Try it - The entries are to be duplicated exactly, with nothing left out.

Dataset entries:
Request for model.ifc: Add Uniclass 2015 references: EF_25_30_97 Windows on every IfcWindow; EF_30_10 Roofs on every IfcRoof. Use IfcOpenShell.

First a look at what the model holds.

```python
import ifcopenshell

model = ifcopenshell.open("model.ifc")
print(model.schema)
print("classifications:", [c.Name for c in model.by_type("IfcClassification")])
for ifc_class in ("IfcDoor", "IfcRoof", "IfcStair", "IfcWall", "IfcWindow"):
    print(ifc_class, len(model.by_type(ifc_class)))
```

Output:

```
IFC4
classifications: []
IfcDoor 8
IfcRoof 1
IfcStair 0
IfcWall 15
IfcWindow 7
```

```python
import ifcopenshell
import ifcopenshell.api.classification

model = ifcopenshell.open("model.ifc")

system = ifcopenshell.api.classification.add_classification(model, classification="Uniclass 2015")

codes = {
    "IfcWindow": ("EF_25_30_97", "Windows"),
    "IfcRoof": ("EF_30_10", "Roofs"),
}
for ifc_class, (code, name) in codes.items():
    products = model.by_type(ifc_class)
    ifcopenshell.api.classification.add_reference(
        model, products=products, classification=system, identification=code, name=name
    )
    print(code, len(products))

model.write("model_edited.ifc")
```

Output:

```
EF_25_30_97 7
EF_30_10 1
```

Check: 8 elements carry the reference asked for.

Response to this exercise -
Request for model.ifc: Add Uniclass 2015 references: EF_25_30_97 Windows on every IfcWindow; EF_30_10 Roofs on every IfcRoof. Use IfcOpenShell.

First a look at what the model holds.

```python
import ifcopenshell

model = ifcopenshell.open("model.ifc")
print(model.schema)
print("classifications:", [c.Name for c in model.by_type("IfcClassification")])
for ifc_class in ("IfcDoor", "IfcRoof", "IfcStair", "IfcWall", "IfcWindow"):
    print(ifc_class, len(model.by_type(ifc_class)))
```

Output:

```
IFC4
classifications: []
IfcDoor 8
IfcRoof 1
IfcStair 0
IfcWall 15
IfcWindow 7
```

```python
import ifcopenshell
import ifcopenshell.api.classification

model = ifcopenshell.open("model.ifc")

system = ifcopenshell.api.classification.add_classification(model, classification="Uniclass 2015")

codes = {
    "IfcWindow": ("EF_25_30_97", "Windows"),
    "IfcRoof": ("EF_30_10", "Roofs"),
}
for ifc_class, (code, name) in codes.items():
    products = model.by_type(ifc_class)
    ifcopenshell.api.classification.add_reference(
        model, products=products, classification=system, identification=code, name=name
    )
    print(code, len(products))

model.write("model_edited.ifc")
```

Output:

```
EF_25_30_97 7
EF_30_10 1
```

Check: 8 elements carry the reference asked for.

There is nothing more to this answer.